I'm hoping now I've effectively removed their duplicate content, my site will eventually return to its former position.

Is there anything else I need to do?

Cheers, Rich

Blue Cat Buxton
10-11-2010, 09:01 AM
It's not just me, right? Adout is at #1 for "carb counter" at the moment?

No I see that too. Google should be smart enough to not rank sites like these. I hope you get your position back soon.

Chris
10-12-2010, 04:56 AM
They've also effectively broken copyright law. I would have send legal notices prior to banning their IP. You could have easily had the entire site taken down (assuming it is hosted in a civilized country).

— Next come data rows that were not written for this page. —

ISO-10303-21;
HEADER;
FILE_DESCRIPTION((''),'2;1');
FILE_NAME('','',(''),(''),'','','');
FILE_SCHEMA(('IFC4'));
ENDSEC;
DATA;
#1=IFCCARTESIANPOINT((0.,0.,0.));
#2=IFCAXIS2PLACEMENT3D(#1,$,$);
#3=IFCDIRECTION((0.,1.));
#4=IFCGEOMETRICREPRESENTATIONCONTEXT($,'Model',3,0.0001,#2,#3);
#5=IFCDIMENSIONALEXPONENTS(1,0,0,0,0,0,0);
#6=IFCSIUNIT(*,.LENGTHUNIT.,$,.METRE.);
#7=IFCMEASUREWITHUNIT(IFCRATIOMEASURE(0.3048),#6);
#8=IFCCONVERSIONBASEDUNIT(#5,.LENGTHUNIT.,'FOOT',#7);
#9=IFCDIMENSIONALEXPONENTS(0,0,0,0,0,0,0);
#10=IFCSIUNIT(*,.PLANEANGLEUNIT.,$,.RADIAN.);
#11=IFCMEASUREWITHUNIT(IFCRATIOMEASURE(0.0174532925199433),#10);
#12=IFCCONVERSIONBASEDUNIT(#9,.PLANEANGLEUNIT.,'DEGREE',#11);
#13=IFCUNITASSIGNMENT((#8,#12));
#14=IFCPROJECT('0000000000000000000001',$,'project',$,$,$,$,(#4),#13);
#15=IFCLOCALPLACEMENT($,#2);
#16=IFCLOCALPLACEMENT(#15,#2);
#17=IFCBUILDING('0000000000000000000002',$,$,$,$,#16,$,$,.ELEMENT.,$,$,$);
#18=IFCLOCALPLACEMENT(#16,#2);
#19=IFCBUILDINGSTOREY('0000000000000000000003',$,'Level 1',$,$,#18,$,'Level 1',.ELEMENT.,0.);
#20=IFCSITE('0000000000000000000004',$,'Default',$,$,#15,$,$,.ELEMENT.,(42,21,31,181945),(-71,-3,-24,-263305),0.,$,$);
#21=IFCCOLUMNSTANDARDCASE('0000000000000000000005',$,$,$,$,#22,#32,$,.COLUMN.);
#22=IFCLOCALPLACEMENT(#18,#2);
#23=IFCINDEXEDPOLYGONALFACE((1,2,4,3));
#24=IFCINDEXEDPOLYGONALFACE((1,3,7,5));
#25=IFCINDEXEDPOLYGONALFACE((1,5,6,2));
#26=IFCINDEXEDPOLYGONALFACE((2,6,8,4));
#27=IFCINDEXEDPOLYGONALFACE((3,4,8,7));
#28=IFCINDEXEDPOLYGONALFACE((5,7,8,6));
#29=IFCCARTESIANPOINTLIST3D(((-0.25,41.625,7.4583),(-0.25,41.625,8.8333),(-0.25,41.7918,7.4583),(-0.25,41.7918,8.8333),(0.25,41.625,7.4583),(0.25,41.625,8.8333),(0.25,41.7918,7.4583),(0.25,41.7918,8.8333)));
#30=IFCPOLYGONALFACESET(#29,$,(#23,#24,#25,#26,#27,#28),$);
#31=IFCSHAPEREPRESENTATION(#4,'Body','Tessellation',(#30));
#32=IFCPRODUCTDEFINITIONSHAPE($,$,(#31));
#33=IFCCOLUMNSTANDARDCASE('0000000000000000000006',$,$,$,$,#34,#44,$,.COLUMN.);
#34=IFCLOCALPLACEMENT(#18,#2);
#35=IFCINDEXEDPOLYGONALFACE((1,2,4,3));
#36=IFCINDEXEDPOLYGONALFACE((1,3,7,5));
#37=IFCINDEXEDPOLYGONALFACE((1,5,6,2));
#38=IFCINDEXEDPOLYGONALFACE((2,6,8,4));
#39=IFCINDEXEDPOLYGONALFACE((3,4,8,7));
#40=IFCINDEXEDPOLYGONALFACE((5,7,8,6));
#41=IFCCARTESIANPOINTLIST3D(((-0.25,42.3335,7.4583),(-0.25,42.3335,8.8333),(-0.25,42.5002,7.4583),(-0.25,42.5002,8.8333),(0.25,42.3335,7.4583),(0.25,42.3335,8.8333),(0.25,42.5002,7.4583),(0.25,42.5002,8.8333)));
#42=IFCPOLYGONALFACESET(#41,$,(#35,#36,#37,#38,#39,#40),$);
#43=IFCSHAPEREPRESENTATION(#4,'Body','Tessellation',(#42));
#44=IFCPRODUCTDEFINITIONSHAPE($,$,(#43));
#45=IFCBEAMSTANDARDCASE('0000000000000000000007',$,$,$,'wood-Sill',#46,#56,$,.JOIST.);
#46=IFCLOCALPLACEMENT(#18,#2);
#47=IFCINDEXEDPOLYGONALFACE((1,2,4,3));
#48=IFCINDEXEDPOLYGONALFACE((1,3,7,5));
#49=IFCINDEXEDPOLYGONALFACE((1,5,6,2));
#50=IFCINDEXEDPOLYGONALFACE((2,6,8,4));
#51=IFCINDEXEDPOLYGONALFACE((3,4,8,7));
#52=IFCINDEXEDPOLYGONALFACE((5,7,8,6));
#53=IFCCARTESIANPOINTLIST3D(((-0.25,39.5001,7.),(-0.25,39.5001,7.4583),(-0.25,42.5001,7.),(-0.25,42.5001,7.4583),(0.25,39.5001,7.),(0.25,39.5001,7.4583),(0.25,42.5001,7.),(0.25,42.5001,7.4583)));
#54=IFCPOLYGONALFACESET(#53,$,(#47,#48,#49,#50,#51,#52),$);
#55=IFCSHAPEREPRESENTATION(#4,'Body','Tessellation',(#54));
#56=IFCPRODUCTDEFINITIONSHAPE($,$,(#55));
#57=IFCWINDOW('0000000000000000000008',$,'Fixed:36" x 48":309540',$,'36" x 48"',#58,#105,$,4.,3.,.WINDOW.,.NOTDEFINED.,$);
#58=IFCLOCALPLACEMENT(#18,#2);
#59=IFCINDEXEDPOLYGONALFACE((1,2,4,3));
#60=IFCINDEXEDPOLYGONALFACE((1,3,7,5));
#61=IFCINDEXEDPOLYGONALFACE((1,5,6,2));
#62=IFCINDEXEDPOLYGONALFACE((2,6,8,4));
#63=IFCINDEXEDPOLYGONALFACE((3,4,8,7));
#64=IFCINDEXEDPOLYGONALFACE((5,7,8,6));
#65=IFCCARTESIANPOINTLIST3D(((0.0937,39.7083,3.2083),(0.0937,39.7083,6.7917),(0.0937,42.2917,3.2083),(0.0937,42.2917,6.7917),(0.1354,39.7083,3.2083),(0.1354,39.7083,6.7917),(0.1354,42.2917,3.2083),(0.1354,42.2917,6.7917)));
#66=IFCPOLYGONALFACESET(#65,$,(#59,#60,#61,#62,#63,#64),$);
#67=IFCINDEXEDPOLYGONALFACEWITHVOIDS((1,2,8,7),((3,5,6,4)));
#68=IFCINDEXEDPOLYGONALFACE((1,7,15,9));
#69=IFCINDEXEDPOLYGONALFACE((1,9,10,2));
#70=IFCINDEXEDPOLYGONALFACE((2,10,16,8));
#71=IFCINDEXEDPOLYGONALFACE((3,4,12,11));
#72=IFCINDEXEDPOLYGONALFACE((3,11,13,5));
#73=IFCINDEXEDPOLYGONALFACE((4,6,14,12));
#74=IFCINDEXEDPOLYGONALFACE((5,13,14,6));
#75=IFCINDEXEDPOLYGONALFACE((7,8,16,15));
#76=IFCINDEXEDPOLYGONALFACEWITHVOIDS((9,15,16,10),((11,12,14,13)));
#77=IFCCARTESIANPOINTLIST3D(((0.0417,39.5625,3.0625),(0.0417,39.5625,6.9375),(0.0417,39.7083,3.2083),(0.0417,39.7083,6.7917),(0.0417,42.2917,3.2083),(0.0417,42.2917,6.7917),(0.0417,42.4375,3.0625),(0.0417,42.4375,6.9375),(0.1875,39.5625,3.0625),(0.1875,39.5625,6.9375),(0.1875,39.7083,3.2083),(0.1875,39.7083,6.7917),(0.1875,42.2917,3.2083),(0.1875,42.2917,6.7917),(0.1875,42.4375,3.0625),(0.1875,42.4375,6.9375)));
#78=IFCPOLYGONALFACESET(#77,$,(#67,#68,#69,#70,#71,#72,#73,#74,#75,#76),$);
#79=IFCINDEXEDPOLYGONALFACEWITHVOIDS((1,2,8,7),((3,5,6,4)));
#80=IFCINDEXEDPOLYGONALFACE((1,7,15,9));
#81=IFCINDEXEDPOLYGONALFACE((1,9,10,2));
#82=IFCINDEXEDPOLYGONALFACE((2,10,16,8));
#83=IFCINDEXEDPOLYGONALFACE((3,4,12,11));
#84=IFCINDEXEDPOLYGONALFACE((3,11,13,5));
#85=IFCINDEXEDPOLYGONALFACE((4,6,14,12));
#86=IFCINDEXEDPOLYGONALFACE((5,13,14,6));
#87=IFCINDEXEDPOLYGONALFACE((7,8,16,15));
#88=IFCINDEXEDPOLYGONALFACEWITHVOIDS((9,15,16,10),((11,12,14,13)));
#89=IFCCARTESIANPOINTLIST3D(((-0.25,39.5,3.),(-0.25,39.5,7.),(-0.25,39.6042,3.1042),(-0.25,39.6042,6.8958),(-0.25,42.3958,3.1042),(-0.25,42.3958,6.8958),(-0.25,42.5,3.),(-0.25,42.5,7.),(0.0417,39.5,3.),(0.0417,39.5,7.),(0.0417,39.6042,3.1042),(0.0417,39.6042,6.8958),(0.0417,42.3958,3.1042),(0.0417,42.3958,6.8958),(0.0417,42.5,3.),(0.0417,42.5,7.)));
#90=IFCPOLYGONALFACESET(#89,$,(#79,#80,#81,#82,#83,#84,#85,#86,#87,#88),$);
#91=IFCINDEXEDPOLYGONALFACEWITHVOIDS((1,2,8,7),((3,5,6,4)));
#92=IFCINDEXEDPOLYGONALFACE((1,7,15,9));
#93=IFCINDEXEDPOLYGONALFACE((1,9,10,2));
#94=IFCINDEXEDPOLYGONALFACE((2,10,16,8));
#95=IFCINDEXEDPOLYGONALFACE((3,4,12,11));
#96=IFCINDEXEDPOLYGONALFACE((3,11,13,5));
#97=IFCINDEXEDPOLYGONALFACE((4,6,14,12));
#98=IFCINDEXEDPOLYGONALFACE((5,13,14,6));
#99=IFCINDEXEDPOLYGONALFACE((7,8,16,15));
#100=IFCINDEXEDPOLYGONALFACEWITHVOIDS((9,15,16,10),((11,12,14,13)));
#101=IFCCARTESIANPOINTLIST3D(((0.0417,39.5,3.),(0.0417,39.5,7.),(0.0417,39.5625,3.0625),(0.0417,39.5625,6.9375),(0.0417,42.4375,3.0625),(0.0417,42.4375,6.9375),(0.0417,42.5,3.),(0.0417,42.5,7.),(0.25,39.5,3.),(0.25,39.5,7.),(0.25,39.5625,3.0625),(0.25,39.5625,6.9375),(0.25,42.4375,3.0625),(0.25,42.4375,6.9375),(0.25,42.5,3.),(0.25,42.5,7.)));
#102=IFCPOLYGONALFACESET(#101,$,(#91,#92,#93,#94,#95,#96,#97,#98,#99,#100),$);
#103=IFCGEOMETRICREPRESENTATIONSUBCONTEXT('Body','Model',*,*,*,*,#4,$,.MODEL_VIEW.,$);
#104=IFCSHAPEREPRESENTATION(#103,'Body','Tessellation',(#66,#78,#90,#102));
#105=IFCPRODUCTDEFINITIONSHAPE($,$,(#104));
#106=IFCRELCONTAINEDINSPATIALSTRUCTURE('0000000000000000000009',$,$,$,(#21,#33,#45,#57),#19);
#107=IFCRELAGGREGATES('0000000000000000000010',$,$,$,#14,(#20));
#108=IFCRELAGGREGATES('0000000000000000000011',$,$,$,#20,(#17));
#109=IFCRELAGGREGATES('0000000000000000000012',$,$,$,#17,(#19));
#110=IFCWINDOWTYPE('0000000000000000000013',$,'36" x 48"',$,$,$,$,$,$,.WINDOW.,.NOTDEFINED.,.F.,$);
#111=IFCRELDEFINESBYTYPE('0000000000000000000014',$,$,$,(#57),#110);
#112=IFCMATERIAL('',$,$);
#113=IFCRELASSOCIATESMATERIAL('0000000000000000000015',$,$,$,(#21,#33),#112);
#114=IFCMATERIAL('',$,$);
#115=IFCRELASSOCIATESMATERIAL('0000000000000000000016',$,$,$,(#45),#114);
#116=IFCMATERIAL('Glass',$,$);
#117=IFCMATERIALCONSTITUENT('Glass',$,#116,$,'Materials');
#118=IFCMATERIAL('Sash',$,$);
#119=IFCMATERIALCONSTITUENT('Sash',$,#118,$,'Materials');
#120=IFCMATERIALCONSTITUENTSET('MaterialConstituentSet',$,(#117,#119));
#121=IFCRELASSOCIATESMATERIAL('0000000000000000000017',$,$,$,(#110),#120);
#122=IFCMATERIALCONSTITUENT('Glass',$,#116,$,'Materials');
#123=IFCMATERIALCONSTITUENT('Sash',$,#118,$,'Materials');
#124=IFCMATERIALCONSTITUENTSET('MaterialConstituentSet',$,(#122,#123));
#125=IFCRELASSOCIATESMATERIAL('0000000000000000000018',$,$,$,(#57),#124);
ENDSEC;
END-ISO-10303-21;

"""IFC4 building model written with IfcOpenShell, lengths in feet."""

from ifc_helpers import new_model, entity, si_unit, converted_unit, direction, frame, frame_2d, origin, place, context, subcontext, project, spatial, polyline, rectangle, outline, extrude, source, transform, mapped, material, constituent, constituent_set, type_object, type_shapes, element, save


model = new_model("IFC4")

# Units and contexts
model_context = context("Model", 3, precision=0.0001, world=origin(), true_north=direction((0.0, 1.0)))
body_context = subcontext(model_context, "Body", "Model", "MODEL_VIEW")
ifc_project = project(units=[converted_unit("LENGTHUNIT", "FOOT", entity("IfcRatioMeasure", 0.3048), si_unit("LENGTHUNIT", "METRE"), dimensions=[1, 0, 0, 0, 0, 0, 0]), converted_unit("PLANEANGLEUNIT", "DEGREE", entity("IfcRatioMeasure", 0.0174532925199433), si_unit("PLANEANGLEUNIT", "RADIAN"), dimensions=[0, 0, 0, 0, 0, 0, 0])], contexts=[model_context])

# Site, building, storey
site_placement = place(None, origin())
site = spatial("IfcSite", under=ifc_project, at=site_placement, Name="Default", CompositionType="ELEMENT", RefLatitude=(42, 21, 31, 181945), RefLongitude=(-71, -3, -24, -263305), RefElevation=0.0)
building_placement = place(site_placement, origin())
building = spatial("IfcBuilding", under=site, at=building_placement, CompositionType="ELEMENT")
storey_placement = place(building_placement, origin())
storey = spatial("IfcBuildingStorey", under=building, at=storey_placement, Name="Level 1", LongName="Level 1", CompositionType="ELEMENT", Elevation=0.0)

# Columns
placement_1 = place(storey_placement, frame((0.0, -0.25, 0.0), z_axis=(0.0, 0.0, 1.0), x_axis=(0.0, 1.0, 0.0)))
ifc_material_1 = material(Name="")
for number, where, z_axis, x_axis in (
    (1, (41.9584, 0.0, 7.4583), (0.0, 0.0, 1.0), (1.0, 0.0, 0.0)),
    (2, (42.6668, 0.0, 7.4583), (0.0, 0.0, 1.0), (1.0, 0.0, 0.0)),
):
    element("IfcColumnStandardCase", number, at=place(placement_1, frame(where, z_axis=z_axis, x_axis=x_axis)), inside=storey, material=ifc_material_1, PredefinedType="COLUMN", context=model_context, shape_type="SweptSolid", body=[
        extrude(rectangle(XDim=0.1667, YDim=0.5), origin(), (0.0, 0.0, 1.0), 1.375),
    ])

# Beam
ifc_material_2 = material(Name="")
beam_placement = place(placement_1, frame((41.2501, 0.0, 7.0), z_axis=(0.0, 0.0, 1.0), x_axis=(-1.0, 0.0, 0.0)))
element("IfcBeamStandardCase", 3, at=beam_placement, inside=storey, material=ifc_material_2, ObjectType="wood-Sill", PredefinedType="JOIST", context=model_context, shape_type="SweptSolid", body=[
    extrude(rectangle(XDim=3.0, YDim=0.5), origin(), (0.0, 0.0, 1.0), 0.4583),
])

# Window
ifc_material_3 = material(Name="Glass")
ifc_constituent_1 = constituent(ifc_material_3, Name="Glass", Category="Materials")
ifc_material_4 = material(Name="Sash")
ifc_constituent_2 = constituent(ifc_material_4, Name="Sash", Category="Materials")
ifc_constituent_set_1 = constituent_set(constituents=[ifc_constituent_1, ifc_constituent_2], Name="MaterialConstituentSet")
ifc_constituent_3 = constituent(ifc_material_3, Name="Glass", Category="Materials")
ifc_constituent_4 = constituent(ifc_material_4, Name="Sash", Category="Materials")
ifc_constituent_set_2 = constituent_set(constituents=[ifc_constituent_3, ifc_constituent_4], Name="MaterialConstituentSet")
window_type = type_object("IfcWindowType", Name="36\" x 48\"", ParameterTakesPrecedence=False, PartitioningType="NOTDEFINED", PredefinedType="WINDOW", material=ifc_constituent_set_2)
shared_shape = source(origin(), body_context, "Body", "SweptSolid", [
    extrude(rectangle(XDim=0.0417, YDim=2.5833, at=frame_2d((0.0, 0.0), x_axis=(1.0, 0.0))), frame((1.5, 0.3646, 0.2083), z_axis=(0.0, 0.0, 1.0), x_axis=(0.0, 1.0, 0.0)), (0.0, 0.0, 1.0), 3.5833),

Share their IP so we can all ban it too?

And it might not be too late to send Google a DMCA notice to get them removed from the serps.

Chris
10-12-2010, 05:00 AM
Here you go:

http://www.singlehop.com/legal/legal-complete.php#dmca

The site's ip is owned by this company. 173.236.27.154 - this is the site IP though, it might not be the scraper ip.

chromate
10-13-2010, 04:41 AM
Thanks guys. I'll look into the DMCA notices. I can always lift the ban I've put on their IP so they're publishing my content again, and then file the DMCA with Google... Maybe the would be a quicker way to achieve the desired result - getting my site back where it should be, if they then get banned?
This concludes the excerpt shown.